**Stored data**

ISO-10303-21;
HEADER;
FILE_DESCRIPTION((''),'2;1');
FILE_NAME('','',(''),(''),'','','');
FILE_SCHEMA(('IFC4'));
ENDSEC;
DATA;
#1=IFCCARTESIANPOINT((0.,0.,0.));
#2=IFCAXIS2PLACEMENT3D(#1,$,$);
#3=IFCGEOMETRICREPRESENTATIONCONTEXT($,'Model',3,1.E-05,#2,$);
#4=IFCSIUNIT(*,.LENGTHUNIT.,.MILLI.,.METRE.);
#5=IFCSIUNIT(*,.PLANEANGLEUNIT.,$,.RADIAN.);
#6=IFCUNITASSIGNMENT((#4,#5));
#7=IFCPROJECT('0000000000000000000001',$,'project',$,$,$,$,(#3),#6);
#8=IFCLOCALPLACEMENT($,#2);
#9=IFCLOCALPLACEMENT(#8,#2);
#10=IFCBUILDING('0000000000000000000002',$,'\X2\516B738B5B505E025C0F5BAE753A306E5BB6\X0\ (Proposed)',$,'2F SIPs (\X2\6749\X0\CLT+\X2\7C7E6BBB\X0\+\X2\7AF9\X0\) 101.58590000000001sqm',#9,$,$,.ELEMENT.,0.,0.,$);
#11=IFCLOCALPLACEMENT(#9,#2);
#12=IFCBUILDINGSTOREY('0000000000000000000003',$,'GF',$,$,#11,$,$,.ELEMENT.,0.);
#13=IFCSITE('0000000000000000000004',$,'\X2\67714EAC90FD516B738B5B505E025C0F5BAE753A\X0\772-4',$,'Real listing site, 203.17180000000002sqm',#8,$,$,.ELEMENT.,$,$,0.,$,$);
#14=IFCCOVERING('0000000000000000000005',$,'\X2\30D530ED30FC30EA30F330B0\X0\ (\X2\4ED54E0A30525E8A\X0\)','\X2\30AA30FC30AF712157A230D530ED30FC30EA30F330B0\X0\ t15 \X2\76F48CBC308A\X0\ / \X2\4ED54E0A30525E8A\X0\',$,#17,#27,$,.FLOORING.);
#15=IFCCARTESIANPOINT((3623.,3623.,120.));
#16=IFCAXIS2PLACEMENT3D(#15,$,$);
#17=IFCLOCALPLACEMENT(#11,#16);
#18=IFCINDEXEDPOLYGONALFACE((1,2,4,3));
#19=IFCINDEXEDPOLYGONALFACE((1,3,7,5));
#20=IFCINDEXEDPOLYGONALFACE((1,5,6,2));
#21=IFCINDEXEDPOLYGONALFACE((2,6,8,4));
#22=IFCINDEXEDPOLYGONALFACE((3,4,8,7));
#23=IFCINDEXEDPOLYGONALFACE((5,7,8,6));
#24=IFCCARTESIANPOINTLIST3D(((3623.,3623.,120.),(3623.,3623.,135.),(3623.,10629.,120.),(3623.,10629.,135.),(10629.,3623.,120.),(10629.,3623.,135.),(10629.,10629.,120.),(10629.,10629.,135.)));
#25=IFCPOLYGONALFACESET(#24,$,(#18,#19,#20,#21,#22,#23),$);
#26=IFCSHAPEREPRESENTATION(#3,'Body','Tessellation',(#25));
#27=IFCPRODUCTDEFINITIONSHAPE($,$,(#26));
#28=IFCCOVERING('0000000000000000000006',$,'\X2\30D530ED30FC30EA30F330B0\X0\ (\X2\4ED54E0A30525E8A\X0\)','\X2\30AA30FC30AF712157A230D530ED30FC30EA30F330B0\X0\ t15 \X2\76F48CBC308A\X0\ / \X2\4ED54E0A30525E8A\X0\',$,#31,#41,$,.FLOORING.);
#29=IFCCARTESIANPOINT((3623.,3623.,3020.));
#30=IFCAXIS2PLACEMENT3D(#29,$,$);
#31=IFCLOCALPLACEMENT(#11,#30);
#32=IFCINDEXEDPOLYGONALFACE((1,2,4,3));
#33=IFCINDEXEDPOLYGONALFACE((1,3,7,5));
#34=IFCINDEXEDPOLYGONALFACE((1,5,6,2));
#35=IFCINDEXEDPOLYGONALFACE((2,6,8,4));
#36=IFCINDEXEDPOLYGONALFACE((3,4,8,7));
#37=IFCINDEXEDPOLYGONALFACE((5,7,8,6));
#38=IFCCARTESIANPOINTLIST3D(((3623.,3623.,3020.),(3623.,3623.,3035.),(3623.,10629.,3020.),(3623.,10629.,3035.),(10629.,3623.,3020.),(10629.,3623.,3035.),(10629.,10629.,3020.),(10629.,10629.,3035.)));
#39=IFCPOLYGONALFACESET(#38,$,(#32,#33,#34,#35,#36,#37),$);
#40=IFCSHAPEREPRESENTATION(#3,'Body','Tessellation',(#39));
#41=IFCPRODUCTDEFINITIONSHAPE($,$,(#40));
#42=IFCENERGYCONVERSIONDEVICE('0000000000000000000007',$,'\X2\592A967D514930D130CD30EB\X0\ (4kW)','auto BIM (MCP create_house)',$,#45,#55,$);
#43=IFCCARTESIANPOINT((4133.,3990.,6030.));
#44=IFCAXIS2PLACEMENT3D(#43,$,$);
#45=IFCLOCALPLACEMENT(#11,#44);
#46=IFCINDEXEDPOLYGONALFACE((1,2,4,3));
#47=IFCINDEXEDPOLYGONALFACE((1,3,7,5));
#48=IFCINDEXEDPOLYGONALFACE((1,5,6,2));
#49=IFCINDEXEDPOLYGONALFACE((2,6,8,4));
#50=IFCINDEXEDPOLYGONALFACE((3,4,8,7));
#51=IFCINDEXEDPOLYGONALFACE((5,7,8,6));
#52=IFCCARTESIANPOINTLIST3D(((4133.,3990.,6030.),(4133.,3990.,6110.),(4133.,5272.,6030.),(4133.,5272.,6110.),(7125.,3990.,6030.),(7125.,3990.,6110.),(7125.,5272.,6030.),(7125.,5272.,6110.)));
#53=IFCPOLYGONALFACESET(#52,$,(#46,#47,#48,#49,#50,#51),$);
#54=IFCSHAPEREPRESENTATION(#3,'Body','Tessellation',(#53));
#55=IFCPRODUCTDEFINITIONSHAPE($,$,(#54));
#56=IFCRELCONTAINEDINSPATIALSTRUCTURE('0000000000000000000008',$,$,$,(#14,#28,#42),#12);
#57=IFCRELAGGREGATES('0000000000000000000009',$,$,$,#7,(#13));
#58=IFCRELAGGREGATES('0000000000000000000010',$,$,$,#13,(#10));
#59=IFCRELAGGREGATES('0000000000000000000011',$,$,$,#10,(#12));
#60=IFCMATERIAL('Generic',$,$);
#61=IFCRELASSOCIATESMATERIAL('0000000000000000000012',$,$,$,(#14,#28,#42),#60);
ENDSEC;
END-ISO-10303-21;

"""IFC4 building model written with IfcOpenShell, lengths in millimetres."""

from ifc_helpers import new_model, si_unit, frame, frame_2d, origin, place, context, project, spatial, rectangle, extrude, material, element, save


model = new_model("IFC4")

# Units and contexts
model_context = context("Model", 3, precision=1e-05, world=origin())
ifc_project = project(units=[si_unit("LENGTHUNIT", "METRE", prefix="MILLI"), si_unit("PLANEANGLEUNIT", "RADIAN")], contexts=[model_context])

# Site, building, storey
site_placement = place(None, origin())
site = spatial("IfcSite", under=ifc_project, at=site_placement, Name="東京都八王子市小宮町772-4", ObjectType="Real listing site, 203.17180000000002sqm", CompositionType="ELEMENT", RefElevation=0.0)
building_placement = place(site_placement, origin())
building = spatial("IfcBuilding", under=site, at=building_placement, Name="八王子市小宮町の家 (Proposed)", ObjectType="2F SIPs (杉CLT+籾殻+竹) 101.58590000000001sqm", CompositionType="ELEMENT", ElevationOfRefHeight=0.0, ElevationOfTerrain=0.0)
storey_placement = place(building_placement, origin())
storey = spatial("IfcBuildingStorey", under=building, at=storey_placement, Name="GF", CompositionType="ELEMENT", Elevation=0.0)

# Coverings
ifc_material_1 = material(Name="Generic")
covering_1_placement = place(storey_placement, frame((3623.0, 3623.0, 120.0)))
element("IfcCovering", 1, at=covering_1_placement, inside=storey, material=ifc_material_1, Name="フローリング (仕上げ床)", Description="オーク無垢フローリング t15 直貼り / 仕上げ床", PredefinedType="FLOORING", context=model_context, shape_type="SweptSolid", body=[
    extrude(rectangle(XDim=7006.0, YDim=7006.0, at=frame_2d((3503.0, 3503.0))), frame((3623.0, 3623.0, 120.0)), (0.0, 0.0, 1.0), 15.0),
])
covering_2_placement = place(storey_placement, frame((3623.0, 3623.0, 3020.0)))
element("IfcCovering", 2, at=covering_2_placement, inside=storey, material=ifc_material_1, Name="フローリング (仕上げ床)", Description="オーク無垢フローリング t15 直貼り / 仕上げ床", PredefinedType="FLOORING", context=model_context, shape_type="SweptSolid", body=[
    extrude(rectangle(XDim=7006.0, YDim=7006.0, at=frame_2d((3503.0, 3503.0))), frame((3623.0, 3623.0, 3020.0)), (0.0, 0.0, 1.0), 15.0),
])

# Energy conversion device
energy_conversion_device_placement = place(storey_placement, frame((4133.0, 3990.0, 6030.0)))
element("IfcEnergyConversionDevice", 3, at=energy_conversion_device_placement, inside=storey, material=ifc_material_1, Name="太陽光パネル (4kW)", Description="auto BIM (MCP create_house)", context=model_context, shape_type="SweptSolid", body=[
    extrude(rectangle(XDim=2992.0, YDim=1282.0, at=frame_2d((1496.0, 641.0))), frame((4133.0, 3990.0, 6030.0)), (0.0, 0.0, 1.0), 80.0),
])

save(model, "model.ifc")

**Work to complete**
In the data above, how many lines carry the string "IFCRELAGGREGATES"? Only the number should be given.

**Solution to the problem**
3